Task statement >> From the records below, set down exactly the lines starting with the line that contains "#89=IFCINDEXEDPOLYGONALFACE((1,2,4,3));" and going on through the line that contains "#94=IFCINDEXEDPOLYGONALFACE((5,7,8,6));". Nothing else is wanted.

Collected data
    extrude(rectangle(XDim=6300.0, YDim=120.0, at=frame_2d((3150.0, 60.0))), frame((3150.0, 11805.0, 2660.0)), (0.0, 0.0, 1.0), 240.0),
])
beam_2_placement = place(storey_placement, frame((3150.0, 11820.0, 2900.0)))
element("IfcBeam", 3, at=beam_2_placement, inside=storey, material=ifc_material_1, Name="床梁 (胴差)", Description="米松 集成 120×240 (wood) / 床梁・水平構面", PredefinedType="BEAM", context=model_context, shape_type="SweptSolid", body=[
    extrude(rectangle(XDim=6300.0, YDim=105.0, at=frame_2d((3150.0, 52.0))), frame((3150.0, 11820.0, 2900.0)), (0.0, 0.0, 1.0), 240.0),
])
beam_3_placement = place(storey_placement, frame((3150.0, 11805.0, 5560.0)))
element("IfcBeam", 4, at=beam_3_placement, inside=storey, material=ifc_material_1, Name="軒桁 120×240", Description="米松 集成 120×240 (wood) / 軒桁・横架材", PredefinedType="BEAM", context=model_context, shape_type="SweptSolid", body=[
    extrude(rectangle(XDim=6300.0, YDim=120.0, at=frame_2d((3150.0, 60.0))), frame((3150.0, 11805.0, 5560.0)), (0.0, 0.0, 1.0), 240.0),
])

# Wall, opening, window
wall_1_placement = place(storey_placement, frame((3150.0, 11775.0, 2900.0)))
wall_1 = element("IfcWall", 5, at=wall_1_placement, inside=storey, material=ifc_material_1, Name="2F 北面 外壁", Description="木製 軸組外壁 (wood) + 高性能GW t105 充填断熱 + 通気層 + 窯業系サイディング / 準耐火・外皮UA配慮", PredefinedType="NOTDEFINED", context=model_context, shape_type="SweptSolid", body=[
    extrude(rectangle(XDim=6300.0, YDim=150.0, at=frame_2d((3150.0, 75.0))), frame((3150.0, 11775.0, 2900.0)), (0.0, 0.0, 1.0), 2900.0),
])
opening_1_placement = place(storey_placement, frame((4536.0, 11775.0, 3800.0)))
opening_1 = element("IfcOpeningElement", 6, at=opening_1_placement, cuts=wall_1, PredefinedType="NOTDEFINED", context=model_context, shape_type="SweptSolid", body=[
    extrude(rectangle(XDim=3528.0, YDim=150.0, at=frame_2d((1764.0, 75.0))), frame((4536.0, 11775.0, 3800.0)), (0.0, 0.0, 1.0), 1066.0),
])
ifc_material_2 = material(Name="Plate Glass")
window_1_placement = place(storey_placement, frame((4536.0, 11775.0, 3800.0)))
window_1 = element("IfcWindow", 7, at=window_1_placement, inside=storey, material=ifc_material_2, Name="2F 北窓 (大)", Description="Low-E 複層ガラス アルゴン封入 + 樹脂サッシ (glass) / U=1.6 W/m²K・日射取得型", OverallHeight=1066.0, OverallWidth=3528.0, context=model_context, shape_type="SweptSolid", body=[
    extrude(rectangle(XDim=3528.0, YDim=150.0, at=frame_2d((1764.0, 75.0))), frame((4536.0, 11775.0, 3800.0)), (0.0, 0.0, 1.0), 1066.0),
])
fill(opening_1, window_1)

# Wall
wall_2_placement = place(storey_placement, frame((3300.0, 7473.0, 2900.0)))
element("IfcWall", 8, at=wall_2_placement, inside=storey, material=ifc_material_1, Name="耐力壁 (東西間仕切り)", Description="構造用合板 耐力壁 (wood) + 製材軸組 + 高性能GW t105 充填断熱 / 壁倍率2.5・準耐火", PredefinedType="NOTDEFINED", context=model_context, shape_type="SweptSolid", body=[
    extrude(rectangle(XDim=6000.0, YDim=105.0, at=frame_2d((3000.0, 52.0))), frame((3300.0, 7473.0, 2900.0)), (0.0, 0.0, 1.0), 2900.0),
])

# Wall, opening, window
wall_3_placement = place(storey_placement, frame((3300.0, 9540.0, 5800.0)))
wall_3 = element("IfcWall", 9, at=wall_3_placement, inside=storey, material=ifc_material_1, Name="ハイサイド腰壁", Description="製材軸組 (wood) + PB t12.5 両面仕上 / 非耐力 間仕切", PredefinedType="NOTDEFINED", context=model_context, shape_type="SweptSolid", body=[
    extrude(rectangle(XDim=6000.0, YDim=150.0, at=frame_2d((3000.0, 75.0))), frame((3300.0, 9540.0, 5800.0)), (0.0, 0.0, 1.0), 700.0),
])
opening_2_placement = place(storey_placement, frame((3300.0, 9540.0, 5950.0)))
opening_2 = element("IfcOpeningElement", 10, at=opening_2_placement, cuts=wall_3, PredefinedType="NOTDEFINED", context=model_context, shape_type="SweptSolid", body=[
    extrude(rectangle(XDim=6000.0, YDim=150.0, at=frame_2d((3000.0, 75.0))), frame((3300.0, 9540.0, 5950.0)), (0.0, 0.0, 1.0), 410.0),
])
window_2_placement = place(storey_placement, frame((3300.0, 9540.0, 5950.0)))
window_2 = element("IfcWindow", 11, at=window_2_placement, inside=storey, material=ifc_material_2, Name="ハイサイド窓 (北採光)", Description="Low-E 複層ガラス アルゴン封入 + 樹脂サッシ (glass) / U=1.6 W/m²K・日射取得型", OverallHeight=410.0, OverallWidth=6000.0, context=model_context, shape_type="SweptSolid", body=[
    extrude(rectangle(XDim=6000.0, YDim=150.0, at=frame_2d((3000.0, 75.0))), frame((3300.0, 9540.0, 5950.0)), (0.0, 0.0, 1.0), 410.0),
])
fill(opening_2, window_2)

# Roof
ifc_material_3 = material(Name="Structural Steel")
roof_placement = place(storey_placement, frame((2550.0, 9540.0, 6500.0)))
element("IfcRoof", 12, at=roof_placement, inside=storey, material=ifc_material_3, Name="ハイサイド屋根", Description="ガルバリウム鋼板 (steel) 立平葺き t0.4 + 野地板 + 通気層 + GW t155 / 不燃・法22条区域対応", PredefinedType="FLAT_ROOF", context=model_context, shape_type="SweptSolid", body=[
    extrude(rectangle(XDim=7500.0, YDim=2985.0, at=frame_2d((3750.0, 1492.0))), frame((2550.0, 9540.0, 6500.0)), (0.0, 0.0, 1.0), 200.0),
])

==

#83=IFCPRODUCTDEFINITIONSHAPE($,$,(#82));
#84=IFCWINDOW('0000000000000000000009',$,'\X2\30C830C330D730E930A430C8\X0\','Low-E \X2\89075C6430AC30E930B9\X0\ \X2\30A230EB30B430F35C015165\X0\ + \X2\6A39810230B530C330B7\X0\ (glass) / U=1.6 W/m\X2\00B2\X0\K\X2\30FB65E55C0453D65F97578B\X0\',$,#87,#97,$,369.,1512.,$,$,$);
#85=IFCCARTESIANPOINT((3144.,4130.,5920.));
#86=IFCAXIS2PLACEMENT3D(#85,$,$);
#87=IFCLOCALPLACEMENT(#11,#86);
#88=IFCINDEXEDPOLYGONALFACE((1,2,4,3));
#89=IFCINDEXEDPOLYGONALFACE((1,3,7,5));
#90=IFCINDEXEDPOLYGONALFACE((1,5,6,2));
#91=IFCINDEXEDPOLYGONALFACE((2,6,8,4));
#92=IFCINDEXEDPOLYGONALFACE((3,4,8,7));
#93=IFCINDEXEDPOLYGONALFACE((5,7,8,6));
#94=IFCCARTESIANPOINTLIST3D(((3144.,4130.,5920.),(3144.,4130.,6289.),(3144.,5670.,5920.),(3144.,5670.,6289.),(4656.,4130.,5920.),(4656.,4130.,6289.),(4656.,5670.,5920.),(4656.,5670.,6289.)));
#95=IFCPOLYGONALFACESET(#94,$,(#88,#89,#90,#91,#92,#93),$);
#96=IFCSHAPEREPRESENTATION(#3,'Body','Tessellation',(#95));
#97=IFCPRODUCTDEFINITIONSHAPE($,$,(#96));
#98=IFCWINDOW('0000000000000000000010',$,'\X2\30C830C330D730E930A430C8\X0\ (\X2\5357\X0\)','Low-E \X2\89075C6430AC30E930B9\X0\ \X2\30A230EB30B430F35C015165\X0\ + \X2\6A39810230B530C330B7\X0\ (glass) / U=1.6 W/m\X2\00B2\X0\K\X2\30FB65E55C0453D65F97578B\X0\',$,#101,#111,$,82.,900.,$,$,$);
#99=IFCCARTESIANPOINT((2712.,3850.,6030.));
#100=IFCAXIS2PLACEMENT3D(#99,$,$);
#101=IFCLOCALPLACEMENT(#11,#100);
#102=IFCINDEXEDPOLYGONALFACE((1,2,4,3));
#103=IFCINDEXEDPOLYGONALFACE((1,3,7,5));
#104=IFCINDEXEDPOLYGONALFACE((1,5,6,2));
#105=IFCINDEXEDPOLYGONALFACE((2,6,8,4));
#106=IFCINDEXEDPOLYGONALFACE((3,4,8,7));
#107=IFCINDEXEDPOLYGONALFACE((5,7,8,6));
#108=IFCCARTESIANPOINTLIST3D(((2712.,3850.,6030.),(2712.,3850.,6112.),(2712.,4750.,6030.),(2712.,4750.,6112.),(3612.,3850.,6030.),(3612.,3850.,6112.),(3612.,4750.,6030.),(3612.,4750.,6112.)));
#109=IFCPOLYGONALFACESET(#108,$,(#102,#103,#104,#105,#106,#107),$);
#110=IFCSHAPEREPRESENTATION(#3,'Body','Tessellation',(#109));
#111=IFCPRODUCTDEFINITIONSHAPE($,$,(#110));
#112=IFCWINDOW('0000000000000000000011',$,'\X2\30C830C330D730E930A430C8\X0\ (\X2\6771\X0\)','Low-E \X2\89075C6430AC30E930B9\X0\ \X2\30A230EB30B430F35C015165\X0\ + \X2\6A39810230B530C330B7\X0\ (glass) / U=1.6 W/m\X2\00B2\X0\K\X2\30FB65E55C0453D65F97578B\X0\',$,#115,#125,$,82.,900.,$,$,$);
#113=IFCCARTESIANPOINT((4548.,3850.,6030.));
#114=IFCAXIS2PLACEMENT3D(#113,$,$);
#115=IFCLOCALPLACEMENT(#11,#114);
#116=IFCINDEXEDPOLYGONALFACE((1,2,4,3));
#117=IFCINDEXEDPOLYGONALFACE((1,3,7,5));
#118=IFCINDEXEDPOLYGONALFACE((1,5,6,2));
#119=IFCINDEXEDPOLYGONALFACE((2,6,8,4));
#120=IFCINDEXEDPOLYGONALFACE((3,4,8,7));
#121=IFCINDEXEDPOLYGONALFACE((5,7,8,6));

---

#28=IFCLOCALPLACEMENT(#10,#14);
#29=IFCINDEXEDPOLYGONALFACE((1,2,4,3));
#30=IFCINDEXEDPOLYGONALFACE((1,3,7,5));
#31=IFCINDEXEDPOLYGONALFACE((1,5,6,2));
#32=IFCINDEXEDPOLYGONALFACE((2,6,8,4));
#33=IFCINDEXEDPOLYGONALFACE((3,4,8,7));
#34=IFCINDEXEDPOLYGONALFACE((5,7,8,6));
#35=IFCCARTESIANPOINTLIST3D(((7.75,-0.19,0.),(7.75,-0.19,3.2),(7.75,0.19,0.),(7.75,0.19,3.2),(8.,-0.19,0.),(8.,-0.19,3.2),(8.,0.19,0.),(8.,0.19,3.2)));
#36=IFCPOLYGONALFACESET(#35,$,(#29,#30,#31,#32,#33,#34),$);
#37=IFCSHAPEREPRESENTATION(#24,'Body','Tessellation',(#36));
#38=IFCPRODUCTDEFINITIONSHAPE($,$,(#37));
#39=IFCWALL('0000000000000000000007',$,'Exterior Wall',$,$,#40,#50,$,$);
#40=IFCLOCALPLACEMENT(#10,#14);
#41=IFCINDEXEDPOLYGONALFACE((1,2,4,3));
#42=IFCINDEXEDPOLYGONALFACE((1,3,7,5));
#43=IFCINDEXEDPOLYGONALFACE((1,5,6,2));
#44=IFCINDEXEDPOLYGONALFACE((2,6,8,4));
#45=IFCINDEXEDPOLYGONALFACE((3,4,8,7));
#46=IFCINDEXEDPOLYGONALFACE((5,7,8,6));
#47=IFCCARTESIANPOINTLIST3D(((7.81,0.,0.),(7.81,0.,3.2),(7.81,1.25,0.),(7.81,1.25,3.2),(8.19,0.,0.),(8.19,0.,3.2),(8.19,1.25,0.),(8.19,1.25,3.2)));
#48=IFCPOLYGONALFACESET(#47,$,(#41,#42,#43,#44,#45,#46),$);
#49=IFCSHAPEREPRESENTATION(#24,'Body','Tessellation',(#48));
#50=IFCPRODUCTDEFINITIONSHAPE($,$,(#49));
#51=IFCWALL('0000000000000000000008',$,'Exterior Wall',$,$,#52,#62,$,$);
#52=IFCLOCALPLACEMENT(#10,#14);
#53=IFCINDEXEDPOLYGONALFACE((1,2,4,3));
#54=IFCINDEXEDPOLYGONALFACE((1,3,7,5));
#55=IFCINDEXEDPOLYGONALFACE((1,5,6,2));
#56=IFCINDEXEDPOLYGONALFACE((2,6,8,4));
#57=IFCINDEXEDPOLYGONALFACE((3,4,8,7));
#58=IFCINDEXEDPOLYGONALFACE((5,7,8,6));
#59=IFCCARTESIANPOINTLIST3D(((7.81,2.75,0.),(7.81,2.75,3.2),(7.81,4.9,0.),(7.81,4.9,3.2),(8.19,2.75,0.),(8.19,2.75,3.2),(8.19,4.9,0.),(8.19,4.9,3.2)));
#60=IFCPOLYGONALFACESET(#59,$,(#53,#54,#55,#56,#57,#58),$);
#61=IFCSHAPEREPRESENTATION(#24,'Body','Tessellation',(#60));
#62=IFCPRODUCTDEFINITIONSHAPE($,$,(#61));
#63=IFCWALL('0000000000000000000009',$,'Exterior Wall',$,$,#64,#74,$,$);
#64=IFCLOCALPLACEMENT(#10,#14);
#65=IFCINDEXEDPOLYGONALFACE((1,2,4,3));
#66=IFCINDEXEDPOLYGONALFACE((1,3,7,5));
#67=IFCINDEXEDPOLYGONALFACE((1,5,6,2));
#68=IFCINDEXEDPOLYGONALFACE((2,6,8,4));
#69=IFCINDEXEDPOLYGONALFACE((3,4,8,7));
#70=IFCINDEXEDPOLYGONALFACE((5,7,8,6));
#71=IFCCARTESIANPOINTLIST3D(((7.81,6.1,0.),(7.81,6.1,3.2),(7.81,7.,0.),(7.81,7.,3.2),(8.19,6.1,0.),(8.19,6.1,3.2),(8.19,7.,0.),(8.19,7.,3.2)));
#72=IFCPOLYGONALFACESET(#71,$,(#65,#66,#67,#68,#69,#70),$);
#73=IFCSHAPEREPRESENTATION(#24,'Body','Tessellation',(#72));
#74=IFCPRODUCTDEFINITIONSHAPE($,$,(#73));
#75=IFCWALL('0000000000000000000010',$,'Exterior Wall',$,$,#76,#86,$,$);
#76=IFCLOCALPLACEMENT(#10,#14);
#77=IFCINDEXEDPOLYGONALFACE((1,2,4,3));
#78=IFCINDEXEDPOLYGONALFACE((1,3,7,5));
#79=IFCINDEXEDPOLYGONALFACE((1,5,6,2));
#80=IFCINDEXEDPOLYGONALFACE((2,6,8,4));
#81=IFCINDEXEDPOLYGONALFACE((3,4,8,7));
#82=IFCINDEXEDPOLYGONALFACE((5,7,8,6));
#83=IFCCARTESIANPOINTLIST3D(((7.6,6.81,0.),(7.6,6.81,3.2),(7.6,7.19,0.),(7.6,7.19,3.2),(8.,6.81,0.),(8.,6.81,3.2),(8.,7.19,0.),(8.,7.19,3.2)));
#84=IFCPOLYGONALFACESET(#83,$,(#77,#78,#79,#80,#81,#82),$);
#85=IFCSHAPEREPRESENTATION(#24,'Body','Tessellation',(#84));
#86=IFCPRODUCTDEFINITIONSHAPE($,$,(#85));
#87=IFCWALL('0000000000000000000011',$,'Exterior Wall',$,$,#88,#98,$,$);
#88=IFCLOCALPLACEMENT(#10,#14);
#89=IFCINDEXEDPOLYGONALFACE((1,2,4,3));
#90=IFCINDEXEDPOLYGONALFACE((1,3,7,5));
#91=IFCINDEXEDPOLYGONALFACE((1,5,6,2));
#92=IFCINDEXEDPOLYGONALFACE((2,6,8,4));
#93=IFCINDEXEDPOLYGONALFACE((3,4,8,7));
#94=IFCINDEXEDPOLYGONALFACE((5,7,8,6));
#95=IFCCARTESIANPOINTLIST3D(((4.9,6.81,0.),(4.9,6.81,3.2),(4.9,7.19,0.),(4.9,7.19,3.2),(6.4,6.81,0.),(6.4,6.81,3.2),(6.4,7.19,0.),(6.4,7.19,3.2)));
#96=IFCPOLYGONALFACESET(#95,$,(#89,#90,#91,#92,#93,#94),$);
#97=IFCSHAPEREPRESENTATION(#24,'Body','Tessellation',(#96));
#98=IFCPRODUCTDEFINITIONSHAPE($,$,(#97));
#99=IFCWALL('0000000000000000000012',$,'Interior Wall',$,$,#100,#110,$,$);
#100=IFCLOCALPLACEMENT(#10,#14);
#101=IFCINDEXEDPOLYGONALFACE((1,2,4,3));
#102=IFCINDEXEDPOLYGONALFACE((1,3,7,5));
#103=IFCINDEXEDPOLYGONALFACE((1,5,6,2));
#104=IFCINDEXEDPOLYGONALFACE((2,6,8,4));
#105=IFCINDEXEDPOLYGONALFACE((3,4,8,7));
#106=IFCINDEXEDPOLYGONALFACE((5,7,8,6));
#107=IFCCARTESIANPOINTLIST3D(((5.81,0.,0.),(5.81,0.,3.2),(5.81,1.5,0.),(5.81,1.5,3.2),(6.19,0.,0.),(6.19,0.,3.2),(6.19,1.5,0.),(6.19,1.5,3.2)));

Response >>
#89=IFCINDEXEDPOLYGONALFACE((1,2,4,3));
#90=IFCINDEXEDPOLYGONALFACE((1,3,7,5));
#91=IFCINDEXEDPOLYGONALFACE((1,5,6,2));
#92=IFCINDEXEDPOLYGONALFACE((2,6,8,4));
#93=IFCINDEXEDPOLYGONALFACE((3,4,8,7));
#94=IFCINDEXEDPOLYGONALFACE((5,7,8,6));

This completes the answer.